WHAT TO DO
Retype every entry below without altering anything.
━━ EXERCISE MATERIAL
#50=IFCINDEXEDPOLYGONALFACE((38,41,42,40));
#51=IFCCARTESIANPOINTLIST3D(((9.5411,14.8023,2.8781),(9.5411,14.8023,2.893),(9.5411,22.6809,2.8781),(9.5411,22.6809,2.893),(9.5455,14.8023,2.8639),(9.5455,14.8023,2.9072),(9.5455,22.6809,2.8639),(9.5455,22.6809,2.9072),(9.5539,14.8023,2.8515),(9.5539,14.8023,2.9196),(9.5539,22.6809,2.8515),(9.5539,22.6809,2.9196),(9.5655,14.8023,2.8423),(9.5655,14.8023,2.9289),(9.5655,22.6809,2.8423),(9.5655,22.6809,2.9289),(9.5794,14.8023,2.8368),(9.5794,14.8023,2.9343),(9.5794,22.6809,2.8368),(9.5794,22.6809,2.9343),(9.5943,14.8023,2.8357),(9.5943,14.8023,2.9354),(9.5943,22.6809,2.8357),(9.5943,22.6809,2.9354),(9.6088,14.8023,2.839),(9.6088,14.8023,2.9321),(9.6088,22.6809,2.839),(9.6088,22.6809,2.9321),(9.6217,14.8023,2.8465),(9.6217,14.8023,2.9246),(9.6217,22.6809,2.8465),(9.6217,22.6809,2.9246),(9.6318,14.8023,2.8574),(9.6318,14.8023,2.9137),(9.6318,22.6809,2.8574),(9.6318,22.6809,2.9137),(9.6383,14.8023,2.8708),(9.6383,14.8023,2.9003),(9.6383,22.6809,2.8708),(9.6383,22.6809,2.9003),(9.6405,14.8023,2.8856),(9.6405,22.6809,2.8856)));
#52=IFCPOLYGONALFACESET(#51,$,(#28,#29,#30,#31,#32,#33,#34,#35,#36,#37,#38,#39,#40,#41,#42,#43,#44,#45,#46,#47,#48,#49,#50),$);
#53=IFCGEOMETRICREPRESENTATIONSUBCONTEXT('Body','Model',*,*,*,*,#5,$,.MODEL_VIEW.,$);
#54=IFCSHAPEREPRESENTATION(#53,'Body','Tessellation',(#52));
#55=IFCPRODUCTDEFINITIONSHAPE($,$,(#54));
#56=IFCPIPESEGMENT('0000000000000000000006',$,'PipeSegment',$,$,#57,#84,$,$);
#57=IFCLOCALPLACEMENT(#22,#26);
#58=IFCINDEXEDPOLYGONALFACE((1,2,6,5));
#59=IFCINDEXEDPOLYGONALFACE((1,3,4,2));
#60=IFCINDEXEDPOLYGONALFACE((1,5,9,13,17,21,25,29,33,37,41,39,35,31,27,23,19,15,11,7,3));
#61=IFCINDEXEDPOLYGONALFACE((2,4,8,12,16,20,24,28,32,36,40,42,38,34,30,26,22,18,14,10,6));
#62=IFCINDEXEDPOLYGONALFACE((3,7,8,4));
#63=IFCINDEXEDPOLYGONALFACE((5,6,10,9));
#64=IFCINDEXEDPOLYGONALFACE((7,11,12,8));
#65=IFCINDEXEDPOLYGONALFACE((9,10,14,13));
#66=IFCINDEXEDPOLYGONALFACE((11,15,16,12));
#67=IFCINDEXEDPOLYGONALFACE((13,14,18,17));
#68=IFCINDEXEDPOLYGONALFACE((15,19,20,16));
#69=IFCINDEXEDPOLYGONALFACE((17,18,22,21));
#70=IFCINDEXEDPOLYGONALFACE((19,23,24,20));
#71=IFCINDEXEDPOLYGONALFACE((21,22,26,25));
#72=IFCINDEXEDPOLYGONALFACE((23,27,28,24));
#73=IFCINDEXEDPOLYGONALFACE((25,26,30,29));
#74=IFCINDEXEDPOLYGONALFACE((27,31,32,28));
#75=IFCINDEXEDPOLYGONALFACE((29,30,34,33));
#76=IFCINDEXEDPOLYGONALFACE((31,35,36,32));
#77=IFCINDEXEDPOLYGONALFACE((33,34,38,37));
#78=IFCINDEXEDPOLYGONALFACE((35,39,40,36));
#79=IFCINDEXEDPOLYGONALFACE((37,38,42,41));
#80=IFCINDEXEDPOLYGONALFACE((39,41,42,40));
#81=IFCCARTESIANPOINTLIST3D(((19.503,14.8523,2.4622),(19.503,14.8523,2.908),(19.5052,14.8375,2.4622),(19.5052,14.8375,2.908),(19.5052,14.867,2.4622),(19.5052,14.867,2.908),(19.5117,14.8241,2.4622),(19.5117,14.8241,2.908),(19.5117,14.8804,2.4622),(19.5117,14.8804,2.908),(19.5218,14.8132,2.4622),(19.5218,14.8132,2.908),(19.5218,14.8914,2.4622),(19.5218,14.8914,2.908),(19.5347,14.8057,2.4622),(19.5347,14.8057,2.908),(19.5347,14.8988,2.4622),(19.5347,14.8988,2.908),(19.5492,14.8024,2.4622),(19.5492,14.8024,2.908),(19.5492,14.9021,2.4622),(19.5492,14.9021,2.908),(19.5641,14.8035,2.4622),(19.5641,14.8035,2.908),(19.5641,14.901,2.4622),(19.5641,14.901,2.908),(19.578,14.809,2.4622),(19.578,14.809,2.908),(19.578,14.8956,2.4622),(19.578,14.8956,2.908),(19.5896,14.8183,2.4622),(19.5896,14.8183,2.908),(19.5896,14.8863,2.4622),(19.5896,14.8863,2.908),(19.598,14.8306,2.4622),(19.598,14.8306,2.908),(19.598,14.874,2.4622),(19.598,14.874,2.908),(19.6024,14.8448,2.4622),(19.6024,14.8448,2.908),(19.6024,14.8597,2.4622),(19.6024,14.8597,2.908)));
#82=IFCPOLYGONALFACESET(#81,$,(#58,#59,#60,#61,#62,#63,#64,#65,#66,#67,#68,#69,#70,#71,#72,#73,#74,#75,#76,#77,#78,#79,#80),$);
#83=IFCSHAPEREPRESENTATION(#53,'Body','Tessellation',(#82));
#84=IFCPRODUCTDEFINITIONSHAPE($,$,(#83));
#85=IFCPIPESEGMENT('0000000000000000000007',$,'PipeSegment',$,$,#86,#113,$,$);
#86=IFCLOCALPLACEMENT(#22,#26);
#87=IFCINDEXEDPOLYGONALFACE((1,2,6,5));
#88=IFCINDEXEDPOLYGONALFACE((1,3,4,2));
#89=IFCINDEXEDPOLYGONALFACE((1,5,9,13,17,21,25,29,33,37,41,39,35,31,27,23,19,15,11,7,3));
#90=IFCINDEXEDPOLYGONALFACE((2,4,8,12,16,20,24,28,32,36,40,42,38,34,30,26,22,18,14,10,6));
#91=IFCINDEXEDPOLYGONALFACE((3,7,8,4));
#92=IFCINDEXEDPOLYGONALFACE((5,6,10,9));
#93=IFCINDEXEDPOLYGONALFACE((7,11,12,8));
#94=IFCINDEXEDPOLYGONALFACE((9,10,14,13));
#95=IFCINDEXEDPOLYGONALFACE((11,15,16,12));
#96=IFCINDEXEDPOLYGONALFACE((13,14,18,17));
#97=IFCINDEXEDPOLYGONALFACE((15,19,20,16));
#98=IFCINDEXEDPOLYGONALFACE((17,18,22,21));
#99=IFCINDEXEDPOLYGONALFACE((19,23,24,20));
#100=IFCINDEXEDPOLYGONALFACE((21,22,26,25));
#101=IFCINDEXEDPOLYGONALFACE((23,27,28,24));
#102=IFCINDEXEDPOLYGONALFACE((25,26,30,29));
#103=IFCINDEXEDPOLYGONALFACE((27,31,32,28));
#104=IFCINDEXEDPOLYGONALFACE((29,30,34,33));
━━━━
TASK RESULT
#50=IFCINDEXEDPOLYGONALFACE((38,41,42,40));
#51=IFCCARTESIANPOINTLIST3D(((9.5411,14.8023,2.8781),(9.5411,14.8023,2.893),(9.5411,22.6809,2.8781),(9.5411,22.6809,2.893),(9.5455,14.8023,2.8639),(9.5455,14.8023,2.9072),(9.5455,22.6809,2.8639),(9.5455,22.6809,2.9072),(9.5539,14.8023,2.8515),(9.5539,14.8023,2.9196),(9.5539,22.6809,2.8515),(9.5539,22.6809,2.9196),(9.5655,14.8023,2.8423),(9.5655,14.8023,2.9289),(9.5655,22.6809,2.8423),(9.5655,22.6809,2.9289),(9.5794,14.8023,2.8368),(9.5794,14.8023,2.9343),(9.5794,22.6809,2.8368),(9.5794,22.6809,2.9343),(9.5943,14.8023,2.8357),(9.5943,14.8023,2.9354),(9.5943,22.6809,2.8357),(9.5943,22.6809,2.9354),(9.6088,14.8023,2.839),(9.6088,14.8023,2.9321),(9.6088,22.6809,2.839),(9.6088,22.6809,2.9321),(9.6217,14.8023,2.8465),(9.6217,14.8023,2.9246),(9.6217,22.6809,2.8465),(9.6217,22.6809,2.9246),(9.6318,14.8023,2.8574),(9.6318,14.8023,2.9137),(9.6318,22.6809,2.8574),(9.6318,22.6809,2.9137),(9.6383,14.8023,2.8708),(9.6383,14.8023,2.9003),(9.6383,22.6809,2.8708),(9.6383,22.6809,2.9003),(9.6405,14.8023,2.8856),(9.6405,22.6809,2.8856)));
#52=IFCPOLYGONALFACESET(#51,$,(#28,#29,#30,#31,#32,#33,#34,#35,#36,#37,#38,#39,#40,#41,#42,#43,#44,#45,#46,#47,#48,#49,#50),$);
#53=IFCGEOMETRICREPRESENTATIONSUBCONTEXT('Body','Model',*,*,*,*,#5,$,.MODEL_VIEW.,$);
#54=IFCSHAPEREPRESENTATION(#53,'Body','Tessellation',(#52));
#55=IFCPRODUCTDEFINITIONSHAPE($,$,(#54));
#56=IFCPIPESEGMENT('0000000000000000000006',$,'PipeSegment',$,$,#57,#84,$,$);
#57=IFCLOCALPLACEMENT(#22,#26);
#58=IFCINDEXEDPOLYGONALFACE((1,2,6,5));
#59=IFCINDEXEDPOLYGONALFACE((1,3,4,2));
#60=IFCINDEXEDPOLYGONALFACE((1,5,9,13,17,21,25,29,33,37,41,39,35,31,27,23,19,15,11,7,3));
#61=IFCINDEXEDPOLYGONALFACE((2,4,8,12,16,20,24,28,32,36,40,42,38,34,30,26,22,18,14,10,6));
#62=IFCINDEXEDPOLYGONALFACE((3,7,8,4));
#63=IFCINDEXEDPOLYGONALFACE((5,6,10,9));
#64=IFCINDEXEDPOLYGONALFACE((7,11,12,8));
#65=IFCINDEXEDPOLYGONALFACE((9,10,14,13));
#66=IFCINDEXEDPOLYGONALFACE((11,15,16,12));
#67=IFCINDEXEDPOLYGONALFACE((13,14,18,17));
#68=IFCINDEXEDPOLYGONALFACE((15,19,20,16));
#69=IFCINDEXEDPOLYGONALFACE((17,18,22,21));
#70=IFCINDEXEDPOLYGONALFACE((19,23,24,20));
#71=IFCINDEXEDPOLYGONALFACE((21,22,26,25));
#72=IFCINDEXEDPOLYGONALFACE((23,27,28,24));
#73=IFCINDEXEDPOLYGONALFACE((25,26,30,29));
#74=IFCINDEXEDPOLYGONALFACE((27,31,32,28));
#75=IFCINDEXEDPOLYGONALFACE((29,30,34,33));
#76=IFCINDEXEDPOLYGONALFACE((31,35,36,32));
#77=IFCINDEXEDPOLYGONALFACE((33,34,38,37));
#78=IFCINDEXEDPOLYGONALFACE((35,39,40,36));
#79=IFCINDEXEDPOLYGONALFACE((37,38,42,41));
#80=IFCINDEXEDPOLYGONALFACE((39,41,42,40));
#81=IFCCARTESIANPOINTLIST3D(((19.503,14.8523,2.4622),(19.503,14.8523,2.908),(19.5052,14.8375,2.4622),(19.5052,14.8375,2.908),(19.5052,14.867,2.4622),(19.5052,14.867,2.908),(19.5117,14.8241,2.4622),(19.5117,14.8241,2.908),(19.5117,14.8804,2.4622),(19.5117,14.8804,2.908),(19.5218,14.8132,2.4622),(19.5218,14.8132,2.908),(19.5218,14.8914,2.4622),(19.5218,14.8914,2.908),(19.5347,14.8057,2.4622),(19.5347,14.8057,2.908),(19.5347,14.8988,2.4622),(19.5347,14.8988,2.908),(19.5492,14.8024,2.4622),(19.5492,14.8024,2.908),(19.5492,14.9021,2.4622),(19.5492,14.9021,2.908),(19.5641,14.8035,2.4622),(19.5641,14.8035,2.908),(19.5641,14.901,2.4622),(19.5641,14.901,2.908),(19.578,14.809,2.4622),(19.578,14.809,2.908),(19.578,14.8956,2.4622),(19.578,14.8956,2.908),(19.5896,14.8183,2.4622),(19.5896,14.8183,2.908),(19.5896,14.8863,2.4622),(19.5896,14.8863,2.908),(19.598,14.8306,2.4622),(19.598,14.8306,2.908),(19.598,14.874,2.4622),(19.598,14.874,2.908),(19.6024,14.8448,2.4622),(19.6024,14.8448,2.908),(19.6024,14.8597,2.4622),(19.6024,14.8597,2.908)));
#82=IFCPOLYGONALFACESET(#81,$,(#58,#59,#60,#61,#62,#63,#64,#65,#66,#67,#68,#69,#70,#71,#72,#73,#74,#75,#76,#77,#78,#79,#80),$);
#83=IFCSHAPEREPRESENTATION(#53,'Body','Tessellation',(#82));
#84=IFCPRODUCTDEFINITIONSHAPE($,$,(#83));
#85=IFCPIPESEGMENT('0000000000000000000007',$,'PipeSegment',$,$,#86,#113,$,$);
#86=IFCLOCALPLACEMENT(#22,#26);
#87=IFCINDEXEDPOLYGONALFACE((1,2,6,5));
#88=IFCINDEXEDPOLYGONALFACE((1,3,4,2));
#89=IFCINDEXEDPOLYGONALFACE((1,5,9,13,17,21,25,29,33,37,41,39,35,31,27,23,19,15,11,7,3));
#90=IFCINDEXEDPOLYGONALFACE((2,4,8,12,16,20,24,28,32,36,40,42,38,34,30,26,22,18,14,10,6));
#91=IFCINDEXEDPOLYGONALFACE((3,7,8,4));
#92=IFCINDEXEDPOLYGONALFACE((5,6,10,9));
#93=IFCINDEXEDPOLYGONALFACE((7,11,12,8));
#94=IFCINDEXEDPOLYGONALFACE((9,10,14,13));
#95=IFCINDEXEDPOLYGONALFACE((11,15,16,12));
#96=IFCINDEXEDPOLYGONALFACE((13,14,18,17));
#97=IFCINDEXEDPOLYGONALFACE((15,19,20,16));
#98=IFCINDEXEDPOLYGONALFACE((17,18,22,21));
#99=IFCINDEXEDPOLYGONALFACE((19,23,24,20));
#100=IFCINDEXEDPOLYGONALFACE((21,22,26,25));
#101=IFCINDEXEDPOLYGONALFACE((23,27,28,24));
#102=IFCINDEXEDPOLYGONALFACE((25,26,30,29));
#103=IFCINDEXEDPOLYGONALFACE((27,31,32,28));
#104=IFCINDEXEDPOLYGONALFACE((29,30,34,33));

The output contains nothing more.